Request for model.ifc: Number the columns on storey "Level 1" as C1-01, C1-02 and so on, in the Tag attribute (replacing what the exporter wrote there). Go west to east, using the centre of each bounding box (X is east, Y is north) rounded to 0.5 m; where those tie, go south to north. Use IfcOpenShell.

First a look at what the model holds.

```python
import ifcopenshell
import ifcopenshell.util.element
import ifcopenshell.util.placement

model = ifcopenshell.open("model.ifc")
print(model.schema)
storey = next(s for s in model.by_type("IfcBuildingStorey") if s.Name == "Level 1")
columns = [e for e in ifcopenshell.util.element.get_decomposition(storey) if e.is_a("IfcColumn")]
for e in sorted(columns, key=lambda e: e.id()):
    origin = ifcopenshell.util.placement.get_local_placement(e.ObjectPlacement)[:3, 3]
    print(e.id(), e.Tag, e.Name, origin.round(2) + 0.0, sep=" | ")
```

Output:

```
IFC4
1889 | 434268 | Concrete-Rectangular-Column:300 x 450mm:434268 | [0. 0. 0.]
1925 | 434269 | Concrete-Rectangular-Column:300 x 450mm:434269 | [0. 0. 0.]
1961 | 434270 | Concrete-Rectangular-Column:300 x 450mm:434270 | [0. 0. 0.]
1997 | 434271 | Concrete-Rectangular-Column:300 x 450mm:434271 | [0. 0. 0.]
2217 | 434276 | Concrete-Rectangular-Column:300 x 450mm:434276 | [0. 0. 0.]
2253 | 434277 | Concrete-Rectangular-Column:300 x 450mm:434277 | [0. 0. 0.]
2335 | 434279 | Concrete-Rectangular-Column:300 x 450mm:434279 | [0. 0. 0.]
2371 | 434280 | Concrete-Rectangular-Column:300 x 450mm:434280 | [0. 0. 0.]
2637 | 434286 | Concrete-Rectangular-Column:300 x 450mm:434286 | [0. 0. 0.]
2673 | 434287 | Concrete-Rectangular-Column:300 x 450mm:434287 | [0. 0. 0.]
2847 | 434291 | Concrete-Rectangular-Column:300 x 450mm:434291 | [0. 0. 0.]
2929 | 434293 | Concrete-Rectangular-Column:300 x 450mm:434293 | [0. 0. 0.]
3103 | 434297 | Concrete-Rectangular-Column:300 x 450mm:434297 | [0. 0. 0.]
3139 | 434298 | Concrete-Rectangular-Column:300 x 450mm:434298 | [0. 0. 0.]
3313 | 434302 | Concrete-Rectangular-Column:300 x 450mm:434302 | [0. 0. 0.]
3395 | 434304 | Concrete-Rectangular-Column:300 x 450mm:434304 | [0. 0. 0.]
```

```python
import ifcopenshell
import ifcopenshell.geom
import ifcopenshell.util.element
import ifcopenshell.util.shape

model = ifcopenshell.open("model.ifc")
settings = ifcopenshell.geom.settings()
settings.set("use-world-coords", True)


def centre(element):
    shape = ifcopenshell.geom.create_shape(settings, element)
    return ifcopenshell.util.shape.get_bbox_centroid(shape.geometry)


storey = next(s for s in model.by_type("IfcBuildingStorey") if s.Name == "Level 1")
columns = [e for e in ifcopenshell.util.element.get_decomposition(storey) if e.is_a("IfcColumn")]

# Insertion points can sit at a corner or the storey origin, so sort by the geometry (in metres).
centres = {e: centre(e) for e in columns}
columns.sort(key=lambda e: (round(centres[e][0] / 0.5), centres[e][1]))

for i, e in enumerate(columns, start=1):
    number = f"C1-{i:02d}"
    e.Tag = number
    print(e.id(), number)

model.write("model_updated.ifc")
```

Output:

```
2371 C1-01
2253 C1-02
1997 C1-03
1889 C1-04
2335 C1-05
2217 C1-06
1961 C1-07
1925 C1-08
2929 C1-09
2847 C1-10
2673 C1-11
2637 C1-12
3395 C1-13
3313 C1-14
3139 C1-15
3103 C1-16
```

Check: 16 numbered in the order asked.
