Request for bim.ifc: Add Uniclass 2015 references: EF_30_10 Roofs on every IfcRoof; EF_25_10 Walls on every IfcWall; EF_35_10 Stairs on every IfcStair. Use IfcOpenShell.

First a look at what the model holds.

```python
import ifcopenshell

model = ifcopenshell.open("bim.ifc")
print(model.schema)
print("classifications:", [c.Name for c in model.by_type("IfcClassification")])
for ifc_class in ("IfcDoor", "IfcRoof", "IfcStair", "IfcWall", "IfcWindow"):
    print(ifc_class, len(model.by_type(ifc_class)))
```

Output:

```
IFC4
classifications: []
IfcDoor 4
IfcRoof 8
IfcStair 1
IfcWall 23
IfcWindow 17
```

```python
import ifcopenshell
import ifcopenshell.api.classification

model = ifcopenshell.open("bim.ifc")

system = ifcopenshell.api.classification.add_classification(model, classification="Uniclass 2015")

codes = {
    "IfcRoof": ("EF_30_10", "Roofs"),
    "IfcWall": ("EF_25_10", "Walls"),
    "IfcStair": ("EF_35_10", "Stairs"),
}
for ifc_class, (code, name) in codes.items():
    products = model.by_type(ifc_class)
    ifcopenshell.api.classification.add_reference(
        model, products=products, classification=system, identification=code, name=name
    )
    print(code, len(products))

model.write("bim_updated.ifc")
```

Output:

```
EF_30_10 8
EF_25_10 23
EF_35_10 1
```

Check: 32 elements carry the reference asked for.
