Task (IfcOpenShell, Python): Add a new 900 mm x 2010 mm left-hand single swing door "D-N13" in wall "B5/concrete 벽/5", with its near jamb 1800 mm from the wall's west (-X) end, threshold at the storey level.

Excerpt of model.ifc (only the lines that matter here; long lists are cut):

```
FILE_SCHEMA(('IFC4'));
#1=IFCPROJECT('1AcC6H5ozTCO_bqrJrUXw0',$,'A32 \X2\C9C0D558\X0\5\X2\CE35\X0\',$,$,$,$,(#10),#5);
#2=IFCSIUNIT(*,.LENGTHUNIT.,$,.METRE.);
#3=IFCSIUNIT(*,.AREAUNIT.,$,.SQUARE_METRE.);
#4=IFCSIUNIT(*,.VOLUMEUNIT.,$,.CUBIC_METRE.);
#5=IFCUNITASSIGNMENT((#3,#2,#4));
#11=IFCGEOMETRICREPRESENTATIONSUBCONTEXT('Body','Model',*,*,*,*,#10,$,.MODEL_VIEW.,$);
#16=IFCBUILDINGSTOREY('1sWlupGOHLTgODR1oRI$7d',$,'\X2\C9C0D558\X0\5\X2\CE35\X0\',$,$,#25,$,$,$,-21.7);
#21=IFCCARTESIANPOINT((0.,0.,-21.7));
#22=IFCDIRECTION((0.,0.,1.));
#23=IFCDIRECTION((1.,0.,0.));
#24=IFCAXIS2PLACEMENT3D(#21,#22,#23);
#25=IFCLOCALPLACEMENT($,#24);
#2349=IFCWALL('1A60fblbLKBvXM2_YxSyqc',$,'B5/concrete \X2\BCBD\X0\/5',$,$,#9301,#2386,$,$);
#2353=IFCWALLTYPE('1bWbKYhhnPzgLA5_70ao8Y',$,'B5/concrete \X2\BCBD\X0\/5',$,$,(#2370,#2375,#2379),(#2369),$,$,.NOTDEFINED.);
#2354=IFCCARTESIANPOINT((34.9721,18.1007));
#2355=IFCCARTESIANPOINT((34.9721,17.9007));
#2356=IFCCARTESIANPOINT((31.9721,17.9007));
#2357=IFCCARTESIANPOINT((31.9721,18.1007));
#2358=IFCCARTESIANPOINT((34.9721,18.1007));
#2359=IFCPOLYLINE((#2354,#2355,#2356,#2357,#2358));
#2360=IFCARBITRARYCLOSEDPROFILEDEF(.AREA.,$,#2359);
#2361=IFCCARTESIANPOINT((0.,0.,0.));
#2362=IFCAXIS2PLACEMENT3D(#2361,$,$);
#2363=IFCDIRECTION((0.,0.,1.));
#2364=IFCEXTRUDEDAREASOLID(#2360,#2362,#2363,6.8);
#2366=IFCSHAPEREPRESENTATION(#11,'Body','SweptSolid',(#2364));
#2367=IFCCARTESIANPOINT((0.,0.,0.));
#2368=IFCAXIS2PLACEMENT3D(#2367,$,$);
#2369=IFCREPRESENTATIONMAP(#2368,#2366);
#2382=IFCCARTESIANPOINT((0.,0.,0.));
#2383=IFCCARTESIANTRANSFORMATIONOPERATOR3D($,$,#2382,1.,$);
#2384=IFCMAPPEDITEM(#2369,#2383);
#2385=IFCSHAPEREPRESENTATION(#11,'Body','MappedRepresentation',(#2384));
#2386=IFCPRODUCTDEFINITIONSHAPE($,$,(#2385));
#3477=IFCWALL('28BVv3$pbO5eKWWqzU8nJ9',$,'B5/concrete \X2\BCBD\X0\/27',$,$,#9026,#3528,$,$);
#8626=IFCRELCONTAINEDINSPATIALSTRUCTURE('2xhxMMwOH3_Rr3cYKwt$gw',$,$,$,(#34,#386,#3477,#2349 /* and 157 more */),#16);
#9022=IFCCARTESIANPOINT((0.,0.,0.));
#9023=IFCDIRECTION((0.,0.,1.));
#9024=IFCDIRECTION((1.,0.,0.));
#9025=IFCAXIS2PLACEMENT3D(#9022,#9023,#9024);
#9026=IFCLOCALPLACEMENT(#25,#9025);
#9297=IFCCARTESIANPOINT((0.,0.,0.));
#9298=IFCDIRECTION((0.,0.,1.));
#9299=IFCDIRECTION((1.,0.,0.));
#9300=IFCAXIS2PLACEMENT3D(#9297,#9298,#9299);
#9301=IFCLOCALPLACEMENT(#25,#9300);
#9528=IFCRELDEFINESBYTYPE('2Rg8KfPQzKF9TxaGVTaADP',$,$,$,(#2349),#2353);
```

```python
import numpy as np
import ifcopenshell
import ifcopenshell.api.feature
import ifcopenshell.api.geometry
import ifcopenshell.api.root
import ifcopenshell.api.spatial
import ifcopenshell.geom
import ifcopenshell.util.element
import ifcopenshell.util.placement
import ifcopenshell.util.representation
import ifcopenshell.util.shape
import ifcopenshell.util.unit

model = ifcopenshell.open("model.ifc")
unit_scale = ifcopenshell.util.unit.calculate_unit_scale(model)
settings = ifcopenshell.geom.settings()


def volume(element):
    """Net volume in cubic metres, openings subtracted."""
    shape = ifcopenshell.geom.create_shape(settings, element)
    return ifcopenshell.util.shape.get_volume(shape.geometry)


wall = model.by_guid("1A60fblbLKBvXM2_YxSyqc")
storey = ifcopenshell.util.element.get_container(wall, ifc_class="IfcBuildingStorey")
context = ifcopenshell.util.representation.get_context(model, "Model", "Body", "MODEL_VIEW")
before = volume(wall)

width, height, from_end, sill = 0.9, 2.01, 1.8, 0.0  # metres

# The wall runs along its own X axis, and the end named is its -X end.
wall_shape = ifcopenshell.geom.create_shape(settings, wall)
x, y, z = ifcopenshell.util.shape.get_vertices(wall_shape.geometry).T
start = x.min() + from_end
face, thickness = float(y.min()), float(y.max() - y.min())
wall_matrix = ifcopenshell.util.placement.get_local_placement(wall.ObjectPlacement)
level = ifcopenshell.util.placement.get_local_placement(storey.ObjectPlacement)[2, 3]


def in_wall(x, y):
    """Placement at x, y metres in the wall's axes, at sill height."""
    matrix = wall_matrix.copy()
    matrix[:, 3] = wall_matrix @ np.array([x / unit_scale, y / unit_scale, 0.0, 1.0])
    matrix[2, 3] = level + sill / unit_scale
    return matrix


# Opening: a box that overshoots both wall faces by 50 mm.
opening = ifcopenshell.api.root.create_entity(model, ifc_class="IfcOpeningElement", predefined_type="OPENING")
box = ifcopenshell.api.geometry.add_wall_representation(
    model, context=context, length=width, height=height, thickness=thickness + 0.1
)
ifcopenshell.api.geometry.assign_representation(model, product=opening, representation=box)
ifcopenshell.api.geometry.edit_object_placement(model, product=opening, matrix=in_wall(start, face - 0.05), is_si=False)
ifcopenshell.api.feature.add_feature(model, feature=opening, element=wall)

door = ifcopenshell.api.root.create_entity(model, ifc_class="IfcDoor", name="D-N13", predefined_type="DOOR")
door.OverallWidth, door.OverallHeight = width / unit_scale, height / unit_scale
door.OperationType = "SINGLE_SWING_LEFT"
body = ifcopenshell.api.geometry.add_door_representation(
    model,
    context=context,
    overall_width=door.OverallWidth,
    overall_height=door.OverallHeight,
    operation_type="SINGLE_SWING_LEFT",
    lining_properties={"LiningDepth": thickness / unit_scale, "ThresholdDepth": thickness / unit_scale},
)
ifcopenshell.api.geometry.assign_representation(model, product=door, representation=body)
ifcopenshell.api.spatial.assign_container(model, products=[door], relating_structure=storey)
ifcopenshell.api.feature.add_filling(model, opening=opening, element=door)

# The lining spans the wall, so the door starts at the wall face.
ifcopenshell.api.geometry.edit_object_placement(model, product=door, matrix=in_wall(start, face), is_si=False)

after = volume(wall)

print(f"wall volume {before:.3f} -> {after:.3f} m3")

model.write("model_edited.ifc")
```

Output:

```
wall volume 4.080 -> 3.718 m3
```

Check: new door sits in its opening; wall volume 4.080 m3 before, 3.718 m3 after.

========================================================================

**Your objective**
Every line in the records above with the string "BCBD" in it should be shown.

**Written response**
#2349=IFCWALL('1A60fblbLKBvXM2_YxSyqc',$,'B5/concrete \X2\BCBD\X0\/5',$,$,#9301,#2386,$,$);
#2353=IFCWALLTYPE('1bWbKYhhnPzgLA5_70ao8Y',$,'B5/concrete \X2\BCBD\X0\/5',$,$,(#2370,#2375,#2379),(#2369),$,$,.NOTDEFINED.);
#3477=IFCWALL('28BVv3$pbO5eKWWqzU8nJ9',$,'B5/concrete \X2\BCBD\X0\/27',$,$,#9026,#3528,$,$);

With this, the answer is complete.